Searching Illumination: We also repeated the above experiment with an expanded action space that includes angle and intensity of a single spot light at a fixed position. To estimate the depth of the sphere, the CD must learn to sweep the light over the scene with a sufficiently high intensity until the sphere is illuminated. At each step, angle and intensity can be changed within the bounds of $[-60^{\circ},60^{\circ}]$ and $[0,1]$ , respectively, where 0 leaves the scene dark and 1 illuminates it. We found that the CD learns to increase the intensity so the sphere can be illuminated and change the angle such that the number of illuminated pixels on the sphere consistently increases over the episode.

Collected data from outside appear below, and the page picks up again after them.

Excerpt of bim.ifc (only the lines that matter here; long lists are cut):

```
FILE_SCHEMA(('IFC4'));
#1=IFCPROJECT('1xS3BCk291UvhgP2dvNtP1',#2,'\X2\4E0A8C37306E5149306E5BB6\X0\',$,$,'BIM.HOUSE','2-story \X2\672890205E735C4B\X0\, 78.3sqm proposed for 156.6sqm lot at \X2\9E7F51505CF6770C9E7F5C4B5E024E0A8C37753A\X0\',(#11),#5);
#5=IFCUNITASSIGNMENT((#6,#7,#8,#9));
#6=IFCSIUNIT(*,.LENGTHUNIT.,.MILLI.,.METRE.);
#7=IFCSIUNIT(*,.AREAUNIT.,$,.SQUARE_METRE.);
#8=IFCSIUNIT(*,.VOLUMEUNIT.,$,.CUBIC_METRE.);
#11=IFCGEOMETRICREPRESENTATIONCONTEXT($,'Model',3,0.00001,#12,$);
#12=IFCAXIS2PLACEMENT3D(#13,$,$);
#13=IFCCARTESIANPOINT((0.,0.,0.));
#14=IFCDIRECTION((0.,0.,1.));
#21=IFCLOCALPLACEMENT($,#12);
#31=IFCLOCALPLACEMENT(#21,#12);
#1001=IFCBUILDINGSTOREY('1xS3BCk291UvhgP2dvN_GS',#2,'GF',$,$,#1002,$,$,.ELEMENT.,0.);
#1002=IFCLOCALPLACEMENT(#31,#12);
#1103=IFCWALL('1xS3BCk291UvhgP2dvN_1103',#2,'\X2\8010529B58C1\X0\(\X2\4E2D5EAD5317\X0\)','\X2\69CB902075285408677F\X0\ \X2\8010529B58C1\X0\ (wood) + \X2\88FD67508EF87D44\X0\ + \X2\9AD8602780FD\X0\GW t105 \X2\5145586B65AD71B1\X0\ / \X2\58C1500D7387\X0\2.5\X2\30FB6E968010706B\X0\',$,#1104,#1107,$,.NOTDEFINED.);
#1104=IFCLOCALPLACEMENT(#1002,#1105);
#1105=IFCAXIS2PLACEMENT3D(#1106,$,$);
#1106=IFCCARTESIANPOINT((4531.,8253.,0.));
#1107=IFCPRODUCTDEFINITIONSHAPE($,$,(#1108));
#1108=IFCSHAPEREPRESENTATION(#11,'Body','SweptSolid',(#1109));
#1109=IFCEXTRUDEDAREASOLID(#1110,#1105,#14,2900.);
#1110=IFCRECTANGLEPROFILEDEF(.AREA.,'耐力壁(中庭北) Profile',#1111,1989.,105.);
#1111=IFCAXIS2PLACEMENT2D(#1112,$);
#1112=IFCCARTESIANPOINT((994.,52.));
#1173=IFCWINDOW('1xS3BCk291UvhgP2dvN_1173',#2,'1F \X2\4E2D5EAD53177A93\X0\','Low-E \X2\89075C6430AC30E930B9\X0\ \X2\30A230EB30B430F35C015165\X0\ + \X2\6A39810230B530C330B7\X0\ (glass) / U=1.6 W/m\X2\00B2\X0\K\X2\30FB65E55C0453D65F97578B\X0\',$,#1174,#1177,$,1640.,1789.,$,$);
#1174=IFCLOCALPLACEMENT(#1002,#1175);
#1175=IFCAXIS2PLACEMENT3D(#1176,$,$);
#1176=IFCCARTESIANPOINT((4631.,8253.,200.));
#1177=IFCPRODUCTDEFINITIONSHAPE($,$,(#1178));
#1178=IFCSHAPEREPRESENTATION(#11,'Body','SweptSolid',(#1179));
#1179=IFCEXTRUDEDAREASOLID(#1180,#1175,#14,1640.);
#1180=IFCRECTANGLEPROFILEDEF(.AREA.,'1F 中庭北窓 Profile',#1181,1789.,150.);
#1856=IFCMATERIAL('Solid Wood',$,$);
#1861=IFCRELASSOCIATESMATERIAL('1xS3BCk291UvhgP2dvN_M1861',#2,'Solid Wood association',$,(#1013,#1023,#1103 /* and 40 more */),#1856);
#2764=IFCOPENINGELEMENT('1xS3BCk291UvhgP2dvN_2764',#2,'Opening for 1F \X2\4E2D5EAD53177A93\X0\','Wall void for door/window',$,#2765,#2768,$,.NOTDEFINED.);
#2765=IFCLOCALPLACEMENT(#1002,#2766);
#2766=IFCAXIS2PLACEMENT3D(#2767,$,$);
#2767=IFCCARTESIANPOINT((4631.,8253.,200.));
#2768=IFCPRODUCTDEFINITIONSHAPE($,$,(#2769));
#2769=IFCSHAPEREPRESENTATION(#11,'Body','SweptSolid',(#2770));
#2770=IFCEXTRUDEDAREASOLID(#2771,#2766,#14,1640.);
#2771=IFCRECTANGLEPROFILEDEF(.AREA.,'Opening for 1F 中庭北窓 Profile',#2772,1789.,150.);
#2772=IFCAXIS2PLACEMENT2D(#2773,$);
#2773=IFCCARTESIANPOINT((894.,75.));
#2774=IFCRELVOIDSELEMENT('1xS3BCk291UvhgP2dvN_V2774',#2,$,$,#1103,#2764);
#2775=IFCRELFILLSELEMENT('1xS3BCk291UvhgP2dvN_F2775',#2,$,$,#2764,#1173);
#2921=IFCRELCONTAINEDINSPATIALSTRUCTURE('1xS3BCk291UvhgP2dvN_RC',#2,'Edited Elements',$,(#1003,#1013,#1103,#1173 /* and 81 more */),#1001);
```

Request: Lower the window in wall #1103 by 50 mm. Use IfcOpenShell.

```python
import numpy as np
import ifcopenshell
import ifcopenshell.api.geometry
import ifcopenshell.util.placement
import ifcopenshell.util.unit

model = ifcopenshell.open("bim.ifc")
unit_scale = ifcopenshell.util.unit.calculate_unit_scale(model)

window = model.by_guid("1xS3BCk291UvhgP2dvN_1173")
opening = window.FillsVoids[0].RelatingOpeningElement
dz = -50.0

shift = np.array([0.0, 0.0, dz])
# The window is not placed relative to its opening, so move both.
for product in (opening, window):
    matrix = ifcopenshell.util.placement.get_local_placement(product.ObjectPlacement)
    matrix[:3, 3] += shift
    ifcopenshell.api.geometry.edit_object_placement(model, product=product, matrix=matrix, is_si=False)

print(f"moved by {dz * unit_scale:+.3f} m")

model.write("bim_v2.ifc")
```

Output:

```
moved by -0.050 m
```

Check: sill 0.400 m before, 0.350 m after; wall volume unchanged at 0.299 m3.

4.2 Camera Rigs for Autonomous Vehicles

Next, we describe how our method can be used to optimize an AV camera rig for the perception task of bird’s eye view (BEV) segmentation by jointly training the CD and PM. We validate our approach with three sets of experiments, described in the Experiment Details section below. We find that the rigs created with our approach lead to higher BEV segmentation accuracy in our environment compared to the industry-standard nuScenes [8] rig. Our camera rig search space and results are visualized in Fig. 6.

4.2.1 Experimental Setup

Environment: We use the CARLA Simulator [14] to render observations from candidate camera rigs selected by the CD during training. For every camera on the candidate rig, the environment returns images, extrinsics, intrinsics, and 3D bounding box labels of vehicles in the scene. The 3D bounding boxes are used to compute the reward (for training the CD) and loss (for fine-tuning the PM). We use the same CARLA environment to create 25,000 samples rendered from randomly generated camera rigs to pre-train the PM for the task of BEV segmentation.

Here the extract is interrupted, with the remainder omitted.